I came to faith as a teenager and had very few church experiences up to that point. My earliest formation as a Christ follower took place within Open Bible church settings, where I found deep community and meaningful spiritual experiences that I continue to value. At the same time, as in many modern evangelical churches, there was limited exposure to the ancient liturgies and historic practices of the wider Church.

A worship service at Cove Church, Pastor Aaron’s church in Eugene, Oregon.

These traditional cornerstones that were foundational to ecclesial life for millennia had been almost eliminated in the churches I attended. It seemed to me that these practices were at best met with ignorance and at worst with grave suspicion. The predictable result was that any real understanding and appreciation for ancient liturgical practices was absent from the first two decades of my church life. I rarely thought about things like Ash Wednesday services, the Book of Common Prayer, and Advent, and if I did, it was with a healthy side dish of uninformed judgment. I viewed Lent the same way I viewed lentils: it was a cold and exotic experience that was both frightening to prepare and painful to consume.

I viewed Lent the same way I viewed lentils: it was a cold and exotic experience that was both frightening to prepare and painful to consume.

This was my context as a few of our church staff began asking whether we could introduce some of these ancient practices into our church worship experience. As you might imagine given my church background, it took me a while to warm up to the idea. I began a process of asking questions, listening, and learning, even reaching out to an Anglican priest friend to hear his take on the value of these long-held traditions. Through all this, Christ in His goodness and patience has allowed us now to incorporate many of these practices into our regular church experience. As a result, I am happy to report that we are experiencing wonderful depth and meaning in our gatherings as we’ve adopted and applied some of these long-proven elements of discipleship.

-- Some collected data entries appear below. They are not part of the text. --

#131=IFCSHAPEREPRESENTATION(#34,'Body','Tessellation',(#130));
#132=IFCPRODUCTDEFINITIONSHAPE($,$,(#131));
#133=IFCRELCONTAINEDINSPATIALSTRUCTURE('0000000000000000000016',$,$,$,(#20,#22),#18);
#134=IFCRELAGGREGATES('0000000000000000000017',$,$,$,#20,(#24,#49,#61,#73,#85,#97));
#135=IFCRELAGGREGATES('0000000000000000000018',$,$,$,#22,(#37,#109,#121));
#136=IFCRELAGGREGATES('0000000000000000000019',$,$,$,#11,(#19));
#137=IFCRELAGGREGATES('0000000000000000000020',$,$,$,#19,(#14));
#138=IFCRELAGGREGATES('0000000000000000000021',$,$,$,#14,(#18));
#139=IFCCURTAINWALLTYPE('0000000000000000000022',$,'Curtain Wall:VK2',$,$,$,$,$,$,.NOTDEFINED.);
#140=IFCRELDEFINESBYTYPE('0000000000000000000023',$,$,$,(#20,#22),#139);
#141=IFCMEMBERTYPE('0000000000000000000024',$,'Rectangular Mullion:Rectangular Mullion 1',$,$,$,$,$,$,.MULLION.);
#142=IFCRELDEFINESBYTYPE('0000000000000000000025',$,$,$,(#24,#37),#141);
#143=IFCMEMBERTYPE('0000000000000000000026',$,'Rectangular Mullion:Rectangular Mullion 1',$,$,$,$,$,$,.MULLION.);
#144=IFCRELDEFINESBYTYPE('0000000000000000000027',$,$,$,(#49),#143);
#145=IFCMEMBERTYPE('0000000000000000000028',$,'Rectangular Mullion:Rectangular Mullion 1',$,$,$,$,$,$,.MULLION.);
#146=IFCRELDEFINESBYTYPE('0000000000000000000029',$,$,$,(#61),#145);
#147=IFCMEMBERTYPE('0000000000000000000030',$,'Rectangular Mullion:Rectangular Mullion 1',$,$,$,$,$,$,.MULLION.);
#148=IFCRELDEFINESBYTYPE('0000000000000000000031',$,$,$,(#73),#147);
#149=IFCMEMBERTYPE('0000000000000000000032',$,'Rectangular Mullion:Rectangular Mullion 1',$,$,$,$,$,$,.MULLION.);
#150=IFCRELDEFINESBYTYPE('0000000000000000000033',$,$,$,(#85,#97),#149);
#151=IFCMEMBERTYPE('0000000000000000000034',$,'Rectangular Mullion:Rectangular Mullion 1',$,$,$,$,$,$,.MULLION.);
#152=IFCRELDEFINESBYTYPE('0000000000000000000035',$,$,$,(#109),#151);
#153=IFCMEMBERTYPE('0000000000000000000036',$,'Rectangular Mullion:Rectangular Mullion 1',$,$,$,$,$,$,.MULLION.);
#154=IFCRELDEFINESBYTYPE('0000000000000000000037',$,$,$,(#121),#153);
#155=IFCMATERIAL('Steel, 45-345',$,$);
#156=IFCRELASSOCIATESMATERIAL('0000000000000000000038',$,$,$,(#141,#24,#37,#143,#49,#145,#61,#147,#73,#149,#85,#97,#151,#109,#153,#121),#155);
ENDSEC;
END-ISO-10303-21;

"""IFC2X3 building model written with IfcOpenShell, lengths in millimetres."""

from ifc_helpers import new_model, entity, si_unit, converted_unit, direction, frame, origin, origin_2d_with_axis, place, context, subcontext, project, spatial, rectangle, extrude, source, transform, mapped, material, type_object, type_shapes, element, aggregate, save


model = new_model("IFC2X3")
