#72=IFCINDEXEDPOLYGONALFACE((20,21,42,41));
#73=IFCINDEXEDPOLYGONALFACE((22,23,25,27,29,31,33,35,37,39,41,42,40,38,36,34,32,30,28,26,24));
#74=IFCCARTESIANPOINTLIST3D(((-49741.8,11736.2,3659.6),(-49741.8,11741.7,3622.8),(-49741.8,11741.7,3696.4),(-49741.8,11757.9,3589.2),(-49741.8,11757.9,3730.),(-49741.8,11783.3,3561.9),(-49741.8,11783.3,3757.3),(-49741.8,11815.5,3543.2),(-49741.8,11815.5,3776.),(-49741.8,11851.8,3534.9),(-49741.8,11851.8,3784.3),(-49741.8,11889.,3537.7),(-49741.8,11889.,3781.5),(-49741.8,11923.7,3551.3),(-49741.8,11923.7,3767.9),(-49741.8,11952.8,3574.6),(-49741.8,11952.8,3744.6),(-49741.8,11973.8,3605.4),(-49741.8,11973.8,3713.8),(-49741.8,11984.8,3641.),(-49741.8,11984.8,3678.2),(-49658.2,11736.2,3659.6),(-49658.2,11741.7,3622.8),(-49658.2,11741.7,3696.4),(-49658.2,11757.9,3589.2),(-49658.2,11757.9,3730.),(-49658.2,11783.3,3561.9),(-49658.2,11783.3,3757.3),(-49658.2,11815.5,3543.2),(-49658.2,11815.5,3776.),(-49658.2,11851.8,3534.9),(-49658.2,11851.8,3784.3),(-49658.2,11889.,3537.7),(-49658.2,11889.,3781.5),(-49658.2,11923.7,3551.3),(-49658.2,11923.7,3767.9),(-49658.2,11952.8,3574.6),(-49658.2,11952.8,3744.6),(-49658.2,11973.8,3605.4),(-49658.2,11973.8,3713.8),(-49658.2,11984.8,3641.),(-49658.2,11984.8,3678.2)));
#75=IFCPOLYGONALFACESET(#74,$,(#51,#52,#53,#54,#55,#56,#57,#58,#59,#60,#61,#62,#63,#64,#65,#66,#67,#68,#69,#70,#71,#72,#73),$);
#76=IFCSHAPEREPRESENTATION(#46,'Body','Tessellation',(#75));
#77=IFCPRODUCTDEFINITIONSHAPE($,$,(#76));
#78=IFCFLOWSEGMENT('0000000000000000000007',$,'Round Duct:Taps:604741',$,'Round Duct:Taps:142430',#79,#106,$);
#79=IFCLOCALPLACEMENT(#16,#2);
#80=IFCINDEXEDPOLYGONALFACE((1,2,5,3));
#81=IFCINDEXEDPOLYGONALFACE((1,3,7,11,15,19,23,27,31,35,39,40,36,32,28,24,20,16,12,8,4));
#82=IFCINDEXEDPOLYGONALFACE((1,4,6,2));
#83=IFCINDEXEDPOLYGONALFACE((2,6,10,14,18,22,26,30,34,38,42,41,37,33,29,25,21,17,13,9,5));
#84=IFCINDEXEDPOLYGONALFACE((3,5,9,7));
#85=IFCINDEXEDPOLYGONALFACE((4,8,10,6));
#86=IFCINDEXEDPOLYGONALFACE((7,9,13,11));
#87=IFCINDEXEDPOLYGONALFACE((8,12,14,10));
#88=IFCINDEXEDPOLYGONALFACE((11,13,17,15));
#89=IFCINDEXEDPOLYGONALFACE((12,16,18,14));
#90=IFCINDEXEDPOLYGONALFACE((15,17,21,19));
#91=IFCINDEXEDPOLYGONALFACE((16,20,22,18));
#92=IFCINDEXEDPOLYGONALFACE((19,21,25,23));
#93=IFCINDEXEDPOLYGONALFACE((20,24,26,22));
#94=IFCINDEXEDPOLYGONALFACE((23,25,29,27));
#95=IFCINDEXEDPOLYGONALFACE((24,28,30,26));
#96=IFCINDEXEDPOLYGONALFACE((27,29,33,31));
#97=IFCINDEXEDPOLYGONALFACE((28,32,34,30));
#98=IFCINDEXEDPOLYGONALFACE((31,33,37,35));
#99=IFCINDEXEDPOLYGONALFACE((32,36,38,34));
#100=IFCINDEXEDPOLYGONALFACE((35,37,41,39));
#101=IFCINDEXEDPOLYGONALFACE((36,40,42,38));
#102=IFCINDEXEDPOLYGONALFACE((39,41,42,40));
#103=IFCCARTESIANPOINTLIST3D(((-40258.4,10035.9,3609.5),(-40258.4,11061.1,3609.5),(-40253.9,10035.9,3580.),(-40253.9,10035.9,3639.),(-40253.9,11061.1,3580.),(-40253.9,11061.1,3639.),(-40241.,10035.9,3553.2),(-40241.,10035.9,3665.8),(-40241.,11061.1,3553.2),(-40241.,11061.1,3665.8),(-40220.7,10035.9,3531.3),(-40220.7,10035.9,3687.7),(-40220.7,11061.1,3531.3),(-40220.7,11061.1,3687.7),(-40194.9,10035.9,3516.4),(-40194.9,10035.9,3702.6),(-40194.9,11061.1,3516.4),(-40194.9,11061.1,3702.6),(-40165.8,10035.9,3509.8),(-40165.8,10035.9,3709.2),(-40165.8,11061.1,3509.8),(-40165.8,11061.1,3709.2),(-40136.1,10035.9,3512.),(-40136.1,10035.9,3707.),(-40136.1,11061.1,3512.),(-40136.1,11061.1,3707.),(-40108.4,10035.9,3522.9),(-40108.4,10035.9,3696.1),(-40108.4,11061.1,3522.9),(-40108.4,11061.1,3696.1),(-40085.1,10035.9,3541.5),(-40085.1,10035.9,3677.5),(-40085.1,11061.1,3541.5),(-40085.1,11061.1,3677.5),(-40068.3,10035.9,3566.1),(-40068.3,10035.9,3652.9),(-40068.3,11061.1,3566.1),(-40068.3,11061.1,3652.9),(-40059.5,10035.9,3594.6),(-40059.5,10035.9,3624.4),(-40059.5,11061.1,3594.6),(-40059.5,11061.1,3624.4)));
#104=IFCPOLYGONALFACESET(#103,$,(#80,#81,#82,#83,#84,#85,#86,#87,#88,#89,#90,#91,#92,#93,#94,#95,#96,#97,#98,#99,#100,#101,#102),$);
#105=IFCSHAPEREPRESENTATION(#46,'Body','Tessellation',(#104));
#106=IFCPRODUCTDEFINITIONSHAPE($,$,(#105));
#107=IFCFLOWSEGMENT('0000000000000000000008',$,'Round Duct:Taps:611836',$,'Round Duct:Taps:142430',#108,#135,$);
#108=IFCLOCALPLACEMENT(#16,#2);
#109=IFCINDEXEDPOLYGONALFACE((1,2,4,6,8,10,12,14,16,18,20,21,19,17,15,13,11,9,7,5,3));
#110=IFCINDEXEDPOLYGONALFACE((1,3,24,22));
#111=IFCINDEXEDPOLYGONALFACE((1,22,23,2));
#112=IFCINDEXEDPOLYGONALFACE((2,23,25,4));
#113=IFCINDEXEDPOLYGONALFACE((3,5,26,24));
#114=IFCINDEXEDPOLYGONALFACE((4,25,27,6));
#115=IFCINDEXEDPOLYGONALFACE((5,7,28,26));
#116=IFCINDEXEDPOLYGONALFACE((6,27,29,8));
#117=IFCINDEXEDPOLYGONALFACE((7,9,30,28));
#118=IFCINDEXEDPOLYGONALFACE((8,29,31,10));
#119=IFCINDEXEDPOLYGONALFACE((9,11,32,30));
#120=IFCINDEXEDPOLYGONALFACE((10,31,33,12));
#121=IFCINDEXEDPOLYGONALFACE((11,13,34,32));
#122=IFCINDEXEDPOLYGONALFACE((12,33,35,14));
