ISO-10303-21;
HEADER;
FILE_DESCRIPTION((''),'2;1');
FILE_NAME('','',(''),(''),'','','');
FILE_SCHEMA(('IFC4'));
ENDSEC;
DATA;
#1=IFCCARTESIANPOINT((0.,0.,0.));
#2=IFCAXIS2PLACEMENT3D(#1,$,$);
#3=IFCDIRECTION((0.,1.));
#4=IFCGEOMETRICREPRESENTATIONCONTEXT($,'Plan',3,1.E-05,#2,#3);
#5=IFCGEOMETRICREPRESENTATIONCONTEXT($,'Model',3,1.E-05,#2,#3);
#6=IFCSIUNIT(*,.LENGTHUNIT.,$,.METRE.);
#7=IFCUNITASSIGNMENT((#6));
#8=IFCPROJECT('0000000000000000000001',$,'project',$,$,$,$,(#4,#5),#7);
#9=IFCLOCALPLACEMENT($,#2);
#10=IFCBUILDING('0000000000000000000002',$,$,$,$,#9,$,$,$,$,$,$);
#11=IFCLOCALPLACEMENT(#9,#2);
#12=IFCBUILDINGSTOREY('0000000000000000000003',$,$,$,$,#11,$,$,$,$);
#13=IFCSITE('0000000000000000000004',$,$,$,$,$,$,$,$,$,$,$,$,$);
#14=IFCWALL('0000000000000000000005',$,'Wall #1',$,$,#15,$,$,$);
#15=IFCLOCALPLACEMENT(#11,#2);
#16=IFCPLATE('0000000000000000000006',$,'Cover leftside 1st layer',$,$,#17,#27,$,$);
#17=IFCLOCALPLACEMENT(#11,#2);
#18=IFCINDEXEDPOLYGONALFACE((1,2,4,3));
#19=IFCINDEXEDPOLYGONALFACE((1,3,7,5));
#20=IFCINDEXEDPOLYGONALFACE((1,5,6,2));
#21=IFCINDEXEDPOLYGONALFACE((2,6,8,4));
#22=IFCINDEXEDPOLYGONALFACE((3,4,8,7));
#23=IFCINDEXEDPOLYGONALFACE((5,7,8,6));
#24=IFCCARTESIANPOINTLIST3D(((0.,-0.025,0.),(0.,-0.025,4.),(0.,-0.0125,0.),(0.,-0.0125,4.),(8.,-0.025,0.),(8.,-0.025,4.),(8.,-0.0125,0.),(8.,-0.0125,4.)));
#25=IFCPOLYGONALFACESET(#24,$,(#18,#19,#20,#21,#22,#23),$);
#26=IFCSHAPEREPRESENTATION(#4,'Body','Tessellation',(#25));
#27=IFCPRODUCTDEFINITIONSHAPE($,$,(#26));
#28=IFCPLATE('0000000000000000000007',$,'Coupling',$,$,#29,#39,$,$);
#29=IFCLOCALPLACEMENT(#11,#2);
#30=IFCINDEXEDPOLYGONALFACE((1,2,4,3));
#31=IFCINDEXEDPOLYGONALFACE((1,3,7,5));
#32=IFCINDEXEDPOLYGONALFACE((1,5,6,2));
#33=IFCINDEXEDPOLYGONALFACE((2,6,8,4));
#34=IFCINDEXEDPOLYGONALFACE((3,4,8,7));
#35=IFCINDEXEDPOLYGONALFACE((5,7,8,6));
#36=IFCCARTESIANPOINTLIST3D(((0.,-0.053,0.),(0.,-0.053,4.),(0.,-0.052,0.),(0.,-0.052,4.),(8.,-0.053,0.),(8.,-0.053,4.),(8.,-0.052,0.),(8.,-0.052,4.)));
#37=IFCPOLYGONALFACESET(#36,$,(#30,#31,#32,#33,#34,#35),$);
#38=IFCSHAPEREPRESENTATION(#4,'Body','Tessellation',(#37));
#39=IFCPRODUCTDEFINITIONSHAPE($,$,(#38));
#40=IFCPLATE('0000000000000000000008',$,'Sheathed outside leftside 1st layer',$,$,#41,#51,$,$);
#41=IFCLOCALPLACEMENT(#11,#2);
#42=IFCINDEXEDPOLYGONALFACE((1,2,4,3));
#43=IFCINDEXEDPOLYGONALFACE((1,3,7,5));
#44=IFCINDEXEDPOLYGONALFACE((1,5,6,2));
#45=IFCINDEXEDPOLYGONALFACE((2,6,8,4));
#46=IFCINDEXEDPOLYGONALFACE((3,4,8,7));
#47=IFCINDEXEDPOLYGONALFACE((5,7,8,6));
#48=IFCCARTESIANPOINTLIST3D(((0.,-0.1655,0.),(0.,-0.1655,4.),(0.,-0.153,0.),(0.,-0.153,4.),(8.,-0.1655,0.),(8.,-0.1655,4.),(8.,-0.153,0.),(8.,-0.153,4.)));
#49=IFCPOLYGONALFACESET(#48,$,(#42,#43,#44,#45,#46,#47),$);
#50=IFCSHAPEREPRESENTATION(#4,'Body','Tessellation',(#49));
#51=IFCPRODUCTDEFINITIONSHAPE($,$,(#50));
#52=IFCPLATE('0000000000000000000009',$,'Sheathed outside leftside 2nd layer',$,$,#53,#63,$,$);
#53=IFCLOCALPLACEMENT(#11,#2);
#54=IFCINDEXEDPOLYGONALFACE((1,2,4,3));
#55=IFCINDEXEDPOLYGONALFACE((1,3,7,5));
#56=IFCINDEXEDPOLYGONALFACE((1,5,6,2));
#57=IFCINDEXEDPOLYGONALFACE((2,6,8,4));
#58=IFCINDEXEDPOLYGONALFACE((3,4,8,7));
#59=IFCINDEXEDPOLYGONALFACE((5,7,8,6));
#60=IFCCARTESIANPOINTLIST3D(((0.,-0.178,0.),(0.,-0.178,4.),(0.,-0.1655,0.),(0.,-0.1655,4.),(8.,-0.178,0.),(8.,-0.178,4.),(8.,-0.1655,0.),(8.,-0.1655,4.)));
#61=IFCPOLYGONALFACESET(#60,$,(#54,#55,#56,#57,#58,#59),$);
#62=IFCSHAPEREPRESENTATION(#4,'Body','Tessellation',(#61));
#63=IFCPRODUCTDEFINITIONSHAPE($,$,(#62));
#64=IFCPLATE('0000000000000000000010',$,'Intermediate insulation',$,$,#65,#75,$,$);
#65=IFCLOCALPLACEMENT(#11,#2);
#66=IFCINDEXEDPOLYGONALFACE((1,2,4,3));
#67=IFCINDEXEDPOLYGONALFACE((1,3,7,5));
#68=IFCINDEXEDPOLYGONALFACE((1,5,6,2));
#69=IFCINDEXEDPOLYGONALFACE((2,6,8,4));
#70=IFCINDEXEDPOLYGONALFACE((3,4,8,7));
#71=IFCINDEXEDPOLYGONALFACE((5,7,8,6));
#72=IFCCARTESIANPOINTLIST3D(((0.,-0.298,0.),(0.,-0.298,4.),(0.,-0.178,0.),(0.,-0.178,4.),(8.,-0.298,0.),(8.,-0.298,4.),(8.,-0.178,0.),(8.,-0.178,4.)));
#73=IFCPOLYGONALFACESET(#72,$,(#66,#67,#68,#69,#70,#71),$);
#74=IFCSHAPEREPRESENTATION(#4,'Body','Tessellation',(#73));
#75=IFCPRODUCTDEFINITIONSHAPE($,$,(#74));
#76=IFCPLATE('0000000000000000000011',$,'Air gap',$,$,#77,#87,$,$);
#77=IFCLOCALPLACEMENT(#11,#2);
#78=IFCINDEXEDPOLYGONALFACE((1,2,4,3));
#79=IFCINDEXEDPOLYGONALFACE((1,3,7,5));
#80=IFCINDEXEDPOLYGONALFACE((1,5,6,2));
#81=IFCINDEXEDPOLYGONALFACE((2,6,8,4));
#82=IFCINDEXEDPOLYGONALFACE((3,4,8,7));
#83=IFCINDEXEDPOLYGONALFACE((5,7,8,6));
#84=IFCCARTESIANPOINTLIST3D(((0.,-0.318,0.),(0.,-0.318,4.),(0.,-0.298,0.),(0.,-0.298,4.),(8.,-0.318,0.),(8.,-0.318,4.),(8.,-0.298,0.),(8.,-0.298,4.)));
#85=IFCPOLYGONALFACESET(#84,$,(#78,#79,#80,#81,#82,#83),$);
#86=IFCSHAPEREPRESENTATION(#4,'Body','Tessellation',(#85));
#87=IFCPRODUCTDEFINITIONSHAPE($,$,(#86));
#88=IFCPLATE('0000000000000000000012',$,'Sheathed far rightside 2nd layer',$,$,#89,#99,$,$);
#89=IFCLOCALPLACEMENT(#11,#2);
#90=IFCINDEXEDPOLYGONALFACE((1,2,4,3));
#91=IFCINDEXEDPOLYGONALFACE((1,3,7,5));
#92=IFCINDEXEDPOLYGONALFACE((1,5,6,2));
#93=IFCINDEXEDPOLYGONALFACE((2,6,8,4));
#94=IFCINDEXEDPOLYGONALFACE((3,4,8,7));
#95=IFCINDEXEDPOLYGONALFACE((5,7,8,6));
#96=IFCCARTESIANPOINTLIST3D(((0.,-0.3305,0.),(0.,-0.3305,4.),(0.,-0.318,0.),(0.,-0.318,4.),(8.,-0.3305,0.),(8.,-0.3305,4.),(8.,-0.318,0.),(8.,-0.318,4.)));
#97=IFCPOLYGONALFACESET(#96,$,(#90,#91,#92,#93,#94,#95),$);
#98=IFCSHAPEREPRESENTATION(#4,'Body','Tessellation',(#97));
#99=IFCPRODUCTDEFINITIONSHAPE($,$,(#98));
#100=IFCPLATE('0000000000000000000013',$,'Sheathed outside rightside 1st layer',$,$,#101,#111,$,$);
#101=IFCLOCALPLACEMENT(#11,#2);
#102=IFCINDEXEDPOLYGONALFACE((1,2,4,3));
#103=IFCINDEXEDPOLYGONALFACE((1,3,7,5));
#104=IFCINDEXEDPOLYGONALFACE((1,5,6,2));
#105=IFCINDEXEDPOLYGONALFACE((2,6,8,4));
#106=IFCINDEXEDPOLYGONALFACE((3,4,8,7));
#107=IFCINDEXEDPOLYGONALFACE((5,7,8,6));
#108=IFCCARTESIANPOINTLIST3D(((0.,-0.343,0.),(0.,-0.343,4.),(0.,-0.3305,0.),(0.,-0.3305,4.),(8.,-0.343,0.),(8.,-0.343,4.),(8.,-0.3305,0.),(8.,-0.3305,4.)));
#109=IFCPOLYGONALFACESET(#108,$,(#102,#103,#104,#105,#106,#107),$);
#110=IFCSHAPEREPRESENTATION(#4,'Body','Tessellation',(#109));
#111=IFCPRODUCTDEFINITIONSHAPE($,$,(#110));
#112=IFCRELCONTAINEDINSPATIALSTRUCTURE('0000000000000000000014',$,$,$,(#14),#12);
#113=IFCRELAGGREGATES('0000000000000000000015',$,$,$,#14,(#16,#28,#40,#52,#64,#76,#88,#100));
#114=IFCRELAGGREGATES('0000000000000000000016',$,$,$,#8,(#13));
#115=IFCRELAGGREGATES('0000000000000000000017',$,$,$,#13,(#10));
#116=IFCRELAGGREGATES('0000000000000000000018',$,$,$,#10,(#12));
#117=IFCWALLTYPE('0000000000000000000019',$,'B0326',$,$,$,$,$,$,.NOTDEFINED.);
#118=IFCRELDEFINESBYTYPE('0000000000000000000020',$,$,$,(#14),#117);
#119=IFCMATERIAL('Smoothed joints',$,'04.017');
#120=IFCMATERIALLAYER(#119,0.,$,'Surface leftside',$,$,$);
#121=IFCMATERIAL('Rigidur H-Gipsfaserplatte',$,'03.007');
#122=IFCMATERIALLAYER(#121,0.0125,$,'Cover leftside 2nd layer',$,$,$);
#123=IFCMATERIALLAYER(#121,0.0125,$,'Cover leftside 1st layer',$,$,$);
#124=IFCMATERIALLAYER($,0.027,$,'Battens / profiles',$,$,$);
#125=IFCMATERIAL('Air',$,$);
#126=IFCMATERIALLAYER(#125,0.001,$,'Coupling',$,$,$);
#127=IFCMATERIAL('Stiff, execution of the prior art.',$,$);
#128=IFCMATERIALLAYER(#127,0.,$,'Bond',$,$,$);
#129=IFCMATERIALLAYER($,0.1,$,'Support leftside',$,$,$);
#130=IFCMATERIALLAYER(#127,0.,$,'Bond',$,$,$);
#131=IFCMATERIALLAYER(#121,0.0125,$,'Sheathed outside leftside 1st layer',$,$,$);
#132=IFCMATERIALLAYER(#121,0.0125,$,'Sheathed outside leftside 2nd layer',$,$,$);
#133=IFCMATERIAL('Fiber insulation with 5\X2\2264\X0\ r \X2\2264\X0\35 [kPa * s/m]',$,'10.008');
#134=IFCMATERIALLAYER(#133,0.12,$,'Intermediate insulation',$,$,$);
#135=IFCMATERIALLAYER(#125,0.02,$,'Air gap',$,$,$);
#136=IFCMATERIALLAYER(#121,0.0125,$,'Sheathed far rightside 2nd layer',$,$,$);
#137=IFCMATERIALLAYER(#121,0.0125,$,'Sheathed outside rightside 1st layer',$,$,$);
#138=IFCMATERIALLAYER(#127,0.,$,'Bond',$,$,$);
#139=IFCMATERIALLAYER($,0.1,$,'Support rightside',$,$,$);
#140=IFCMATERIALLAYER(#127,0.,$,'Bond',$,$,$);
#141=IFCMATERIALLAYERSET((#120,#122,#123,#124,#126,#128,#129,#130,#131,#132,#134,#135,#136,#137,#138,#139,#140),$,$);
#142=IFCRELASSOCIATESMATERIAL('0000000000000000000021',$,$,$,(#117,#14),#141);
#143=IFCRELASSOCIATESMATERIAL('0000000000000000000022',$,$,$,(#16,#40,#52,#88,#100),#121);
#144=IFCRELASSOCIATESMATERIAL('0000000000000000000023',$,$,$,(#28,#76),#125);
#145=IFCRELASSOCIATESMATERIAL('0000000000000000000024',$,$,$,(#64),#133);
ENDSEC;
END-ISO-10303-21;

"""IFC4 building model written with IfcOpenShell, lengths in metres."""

from ifc_helpers import new_model, si_unit, direction, frame, frame_2d, origin, place, context, project, spatial, rectangle, extrude, material, layer, layer_set, type_object, element, aggregate, save


model = new_model("IFC4")

# Units and contexts
plan_context = context("Plan", 3, precision=1e-05, world=origin(), true_north=direction((0.0, 1.0)))
model_context = context("Model", 3, precision=1e-05, world=origin(), true_north=direction((0.0, 1.0)))
ifc_project = project(units=[si_unit("LENGTHUNIT", "METRE")], contexts=[plan_context, model_context])

# Site, building, storey
site = spatial("IfcSite", under=ifc_project)
building_placement = place(None, origin())
building = spatial("IfcBuilding", under=site, at=building_placement)
storey_placement = place(building_placement, origin())
storey = spatial("IfcBuildingStorey", under=building, at=storey_placement)

# Wall, plates
ifc_material_1 = material(Name="Smoothed joints", Category="04.017")
ifc_layer_1 = layer(ifc_material_1, 0.0, Name="Surface leftside")
ifc_material_2 = material(Name="Rigidur H-Gipsfaserplatte", Category="03.007")
ifc_layer_2 = layer(ifc_material_2, 0.0125, Name="Cover leftside 2nd layer")
ifc_layer_3 = layer(ifc_material_2, 0.0125, Name="Cover leftside 1st layer")
ifc_layer_4 = layer(None, 0.027, Name="Battens / profiles")
ifc_material_3 = material(Name="Air")
ifc_layer_5 = layer(ifc_material_3, 0.001, Name="Coupling")
ifc_material_4 = material(Name="Stiff, execution of the prior art.")
ifc_layer_6 = layer(ifc_material_4, 0.0, Name="Bond")
ifc_layer_7 = layer(None, 0.1, Name="Support leftside")
ifc_layer_8 = layer(ifc_material_4, 0.0, Name="Bond")
ifc_layer_9 = layer(ifc_material_2, 0.0125, Name="Sheathed outside leftside 1st layer")
ifc_layer_10 = layer(ifc_material_2, 0.0125, Name="Sheathed outside leftside 2nd layer")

Our time of worship now always includes the public reading of a Psalm (a practice we have adopted from the Book of Common Prayer) to bring us back to the ancient hymn book of Israel. We have a fresh understanding of what it is to give up something physical in order to gain something spiritual as we fast in the forty days of Lent. Christmas time and the lighting of Advent candles help us celebrate Christ’s first arrival while reminding us to await His second arrival. And Ash Wednesday, with its outward sign of repentance and mortality, leads us to humble ourselves before God, understanding how desperately we need His saving grace. Finally, the celebration of life on Easter Sunday has far greater meaning now because it is preceded by the sobriety of the death we remember on Good Friday.

This is not to say that incorporating these elements has always been smooth. We’ve learned to introduce them slowly and with great attention to the “why” behind the “what.” Along the way, we’ve had our share of growth opportunities and mishaps. One example happened early on in our journey, when we tried to introduce some ancient call and response types of prayers. The practice led several people to worry that we had become a completely different kind of church. We haven’t yet reintroduced those prayers in our services.

We have found that moving slowly and consistently, explaining the meaning of the practices, and laughing at ourselves through our failed attempts have been the key ingredients to discovering the power of these ancient gifts.

Another example took place during last year’s Ash Wednesday service. During this type of service, ash is used to mark the sign of a cross on each believer’s forehead. This marking symbolizes our own mortality and repentance, as we take up our cross and turn from our sins. Well, our beloved worship leader wanted to add scent to the ashes to create a fuller sensory experience. To do so, he incorporated essential oils, including cinnamon, into the ashes. Little did any of us know that undiluted cinnamon oil burns on the skin. Talk about your full sensory experience. All of us in the service sat wondering what it reveals about our spiritual condition if the ash cross on our forehead feels like it’s on fire. There was a great sigh of relief when our executive pastor let people know what had happened, and a mad dash to the bathrooms ensued as people quickly washed away the painful marker. The next Sunday I formally apologized for turning their Ash Wednesday into a Rash Wednesday.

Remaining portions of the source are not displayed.